Given records:
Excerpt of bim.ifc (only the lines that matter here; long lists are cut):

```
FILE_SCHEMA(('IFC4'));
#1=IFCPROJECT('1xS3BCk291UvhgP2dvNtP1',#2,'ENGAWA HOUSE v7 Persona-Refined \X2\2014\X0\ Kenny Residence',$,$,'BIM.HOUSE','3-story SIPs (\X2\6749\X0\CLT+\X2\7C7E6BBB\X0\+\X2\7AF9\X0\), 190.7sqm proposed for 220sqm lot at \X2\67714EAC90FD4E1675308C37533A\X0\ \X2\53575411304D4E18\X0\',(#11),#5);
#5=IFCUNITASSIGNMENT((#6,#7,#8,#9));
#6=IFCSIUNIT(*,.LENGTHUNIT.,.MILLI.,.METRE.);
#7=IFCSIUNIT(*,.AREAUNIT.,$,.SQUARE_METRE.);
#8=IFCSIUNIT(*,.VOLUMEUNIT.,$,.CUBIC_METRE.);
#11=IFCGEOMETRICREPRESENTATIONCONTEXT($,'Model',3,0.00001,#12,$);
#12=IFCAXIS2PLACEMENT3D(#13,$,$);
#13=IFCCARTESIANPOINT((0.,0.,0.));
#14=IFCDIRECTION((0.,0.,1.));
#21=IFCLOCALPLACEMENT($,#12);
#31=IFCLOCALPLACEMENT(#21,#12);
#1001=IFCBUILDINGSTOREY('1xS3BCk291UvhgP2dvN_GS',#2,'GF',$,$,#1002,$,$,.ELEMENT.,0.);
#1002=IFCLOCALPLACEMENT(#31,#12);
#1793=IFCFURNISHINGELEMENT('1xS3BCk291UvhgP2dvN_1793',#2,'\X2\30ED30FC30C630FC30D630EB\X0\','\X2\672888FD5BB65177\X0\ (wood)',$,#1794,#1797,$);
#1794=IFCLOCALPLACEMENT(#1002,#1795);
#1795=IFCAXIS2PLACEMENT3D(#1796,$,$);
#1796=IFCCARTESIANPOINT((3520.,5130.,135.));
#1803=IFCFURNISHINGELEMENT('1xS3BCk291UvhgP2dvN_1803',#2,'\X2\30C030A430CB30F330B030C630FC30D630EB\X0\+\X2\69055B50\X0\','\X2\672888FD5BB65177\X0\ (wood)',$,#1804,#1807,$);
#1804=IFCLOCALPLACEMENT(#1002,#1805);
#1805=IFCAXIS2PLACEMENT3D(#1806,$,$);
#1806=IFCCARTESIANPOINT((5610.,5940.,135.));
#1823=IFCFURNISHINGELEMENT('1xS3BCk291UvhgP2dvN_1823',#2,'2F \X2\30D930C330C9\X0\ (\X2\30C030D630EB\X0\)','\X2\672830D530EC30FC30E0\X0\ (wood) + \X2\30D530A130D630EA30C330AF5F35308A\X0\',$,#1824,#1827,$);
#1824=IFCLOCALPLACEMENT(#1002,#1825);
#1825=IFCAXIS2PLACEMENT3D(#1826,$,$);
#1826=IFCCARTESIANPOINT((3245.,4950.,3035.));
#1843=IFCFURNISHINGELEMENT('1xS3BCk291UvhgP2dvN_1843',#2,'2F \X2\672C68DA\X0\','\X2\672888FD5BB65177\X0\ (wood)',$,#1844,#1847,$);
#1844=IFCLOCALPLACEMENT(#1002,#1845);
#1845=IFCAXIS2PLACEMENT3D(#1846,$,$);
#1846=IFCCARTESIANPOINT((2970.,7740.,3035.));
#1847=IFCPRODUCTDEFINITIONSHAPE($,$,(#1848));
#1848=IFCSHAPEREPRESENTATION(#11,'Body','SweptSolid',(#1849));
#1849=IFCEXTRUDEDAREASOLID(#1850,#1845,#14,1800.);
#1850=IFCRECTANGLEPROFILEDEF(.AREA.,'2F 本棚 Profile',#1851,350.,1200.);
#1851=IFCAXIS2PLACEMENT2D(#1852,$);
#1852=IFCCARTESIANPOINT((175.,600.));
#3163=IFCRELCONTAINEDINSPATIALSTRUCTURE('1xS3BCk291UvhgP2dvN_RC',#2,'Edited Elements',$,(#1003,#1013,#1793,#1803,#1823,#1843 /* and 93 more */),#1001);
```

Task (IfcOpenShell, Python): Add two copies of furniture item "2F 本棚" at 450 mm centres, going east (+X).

```python
import numpy as np
import ifcopenshell
import ifcopenshell.api.geometry
import ifcopenshell.api.root
import ifcopenshell.util.element
import ifcopenshell.util.placement
import ifcopenshell.util.unit

model = ifcopenshell.open("bim.ifc")
unit_scale = ifcopenshell.util.unit.calculate_unit_scale(model)


def reuse_history(source, copy):
    """copy_class also copies each property set's owner history, people and application; keep the originals."""
    for rel in copy.IsDefinedBy:
        if rel.is_a("IfcRelDefinesByProperties") and (history := rel.RelatingPropertyDefinition.OwnerHistory):
            rel.RelatingPropertyDefinition.OwnerHistory = source.OwnerHistory
            ifcopenshell.util.element.remove_deep2(model, history)


source = model.by_guid("1xS3BCk291UvhgP2dvN_1843")
base = ifcopenshell.util.placement.get_local_placement(source.ObjectPlacement)
step = np.array([1.0, 0.0, 0.0]) * 0.45 / unit_scale

for i in range(1, 3):
    copy = ifcopenshell.api.root.copy_class(model, product=source)
    copy.Representation = ifcopenshell.util.element.copy_deep(
        model, source.Representation, exclude=["IfcGeometricRepresentationContext", "IfcRepresentationMap"]
    )
    reuse_history(source, copy)
    matrix = base.copy()
    matrix[:3, 3] += i * step
    print("added at", matrix[:3, 3].round(3) + 0.0)
    ifcopenshell.api.geometry.edit_object_placement(model, product=copy, matrix=matrix, is_si=False)

model.write("bim_rev.ifc")
```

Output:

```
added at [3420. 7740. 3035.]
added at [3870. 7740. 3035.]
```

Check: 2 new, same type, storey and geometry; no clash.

Your objective:
The whole listing above is to be restated word for word.

Solution to the problem:
Excerpt of bim.ifc (only the lines that matter here; long lists are cut):

```
FILE_SCHEMA(('IFC4'));
#1=IFCPROJECT('1xS3BCk291UvhgP2dvNtP1',#2,'ENGAWA HOUSE v7 Persona-Refined \X2\2014\X0\ Kenny Residence',$,$,'BIM.HOUSE','3-story SIPs (\X2\6749\X0\CLT+\X2\7C7E6BBB\X0\+\X2\7AF9\X0\), 190.7sqm proposed for 220sqm lot at \X2\67714EAC90FD4E1675308C37533A\X0\ \X2\53575411304D4E18\X0\',(#11),#5);
#5=IFCUNITASSIGNMENT((#6,#7,#8,#9));
#6=IFCSIUNIT(*,.LENGTHUNIT.,.MILLI.,.METRE.);
#7=IFCSIUNIT(*,.AREAUNIT.,$,.SQUARE_METRE.);
#8=IFCSIUNIT(*,.VOLUMEUNIT.,$,.CUBIC_METRE.);
#11=IFCGEOMETRICREPRESENTATIONCONTEXT($,'Model',3,0.00001,#12,$);
#12=IFCAXIS2PLACEMENT3D(#13,$,$);
#13=IFCCARTESIANPOINT((0.,0.,0.));
#14=IFCDIRECTION((0.,0.,1.));
#21=IFCLOCALPLACEMENT($,#12);
#31=IFCLOCALPLACEMENT(#21,#12);
#1001=IFCBUILDINGSTOREY('1xS3BCk291UvhgP2dvN_GS',#2,'GF',$,$,#1002,$,$,.ELEMENT.,0.);
#1002=IFCLOCALPLACEMENT(#31,#12);
#1793=IFCFURNISHINGELEMENT('1xS3BCk291UvhgP2dvN_1793',#2,'\X2\30ED30FC30C630FC30D630EB\X0\','\X2\672888FD5BB65177\X0\ (wood)',$,#1794,#1797,$);
#1794=IFCLOCALPLACEMENT(#1002,#1795);
#1795=IFCAXIS2PLACEMENT3D(#1796,$,$);
#1796=IFCCARTESIANPOINT((3520.,5130.,135.));
#1803=IFCFURNISHINGELEMENT('1xS3BCk291UvhgP2dvN_1803',#2,'\X2\30C030A430CB30F330B030C630FC30D630EB\X0\+\X2\69055B50\X0\','\X2\672888FD5BB65177\X0\ (wood)',$,#1804,#1807,$);
#1804=IFCLOCALPLACEMENT(#1002,#1805);
#1805=IFCAXIS2PLACEMENT3D(#1806,$,$);
#1806=IFCCARTESIANPOINT((5610.,5940.,135.));
#1823=IFCFURNISHINGELEMENT('1xS3BCk291UvhgP2dvN_1823',#2,'2F \X2\30D930C330C9\X0\ (\X2\30C030D630EB\X0\)','\X2\672830D530EC30FC30E0\X0\ (wood) + \X2\30D530A130D630EA30C330AF5F35308A\X0\',$,#1824,#1827,$);
#1824=IFCLOCALPLACEMENT(#1002,#1825);
#1825=IFCAXIS2PLACEMENT3D(#1826,$,$);
#1826=IFCCARTESIANPOINT((3245.,4950.,3035.));
#1843=IFCFURNISHINGELEMENT('1xS3BCk291UvhgP2dvN_1843',#2,'2F \X2\672C68DA\X0\','\X2\672888FD5BB65177\X0\ (wood)',$,#1844,#1847,$);
#1844=IFCLOCALPLACEMENT(#1002,#1845);
#1845=IFCAXIS2PLACEMENT3D(#1846,$,$);
#1846=IFCCARTESIANPOINT((2970.,7740.,3035.));
#1847=IFCPRODUCTDEFINITIONSHAPE($,$,(#1848));
#1848=IFCSHAPEREPRESENTATION(#11,'Body','SweptSolid',(#1849));
#1849=IFCEXTRUDEDAREASOLID(#1850,#1845,#14,1800.);
#1850=IFCRECTANGLEPROFILEDEF(.AREA.,'2F 本棚 Profile',#1851,350.,1200.);
#1851=IFCAXIS2PLACEMENT2D(#1852,$);
#1852=IFCCARTESIANPOINT((175.,600.));
#3163=IFCRELCONTAINEDINSPATIALSTRUCTURE('1xS3BCk291UvhgP2dvN_RC',#2,'Edited Elements',$,(#1003,#1013,#1793,#1803,#1823,#1843 /* and 93 more */),#1001);
```

Task (IfcOpenShell, Python): Add two copies of furniture item "2F 本棚" at 450 mm centres, going east (+X).

```python
import numpy as np
import ifcopenshell
import ifcopenshell.api.geometry
import ifcopenshell.api.root
import ifcopenshell.util.element
import ifcopenshell.util.placement
import ifcopenshell.util.unit

model = ifcopenshell.open("bim.ifc")
unit_scale = ifcopenshell.util.unit.calculate_unit_scale(model)


def reuse_history(source, copy):
    """copy_class also copies each property set's owner history, people and application; keep the originals."""
    for rel in copy.IsDefinedBy:
        if rel.is_a("IfcRelDefinesByProperties") and (history := rel.RelatingPropertyDefinition.OwnerHistory):
            rel.RelatingPropertyDefinition.OwnerHistory = source.OwnerHistory
            ifcopenshell.util.element.remove_deep2(model, history)


source = model.by_guid("1xS3BCk291UvhgP2dvN_1843")
base = ifcopenshell.util.placement.get_local_placement(source.ObjectPlacement)
step = np.array([1.0, 0.0, 0.0]) * 0.45 / unit_scale

for i in range(1, 3):
    copy = ifcopenshell.api.root.copy_class(model, product=source)
    copy.Representation = ifcopenshell.util.element.copy_deep(
        model, source.Representation, exclude=["IfcGeometricRepresentationContext", "IfcRepresentationMap"]
    )
    reuse_history(source, copy)
    matrix = base.copy()
    matrix[:3, 3] += i * step
    print("added at", matrix[:3, 3].round(3) + 0.0)
    ifcopenshell.api.geometry.edit_object_placement(model, product=copy, matrix=matrix, is_si=False)

model.write("bim_rev.ifc")
```

Output:

```
added at [3420. 7740. 3035.]
added at [3870. 7740. 3035.]
```

Check: 2 new, same type, storey and geometry; no clash.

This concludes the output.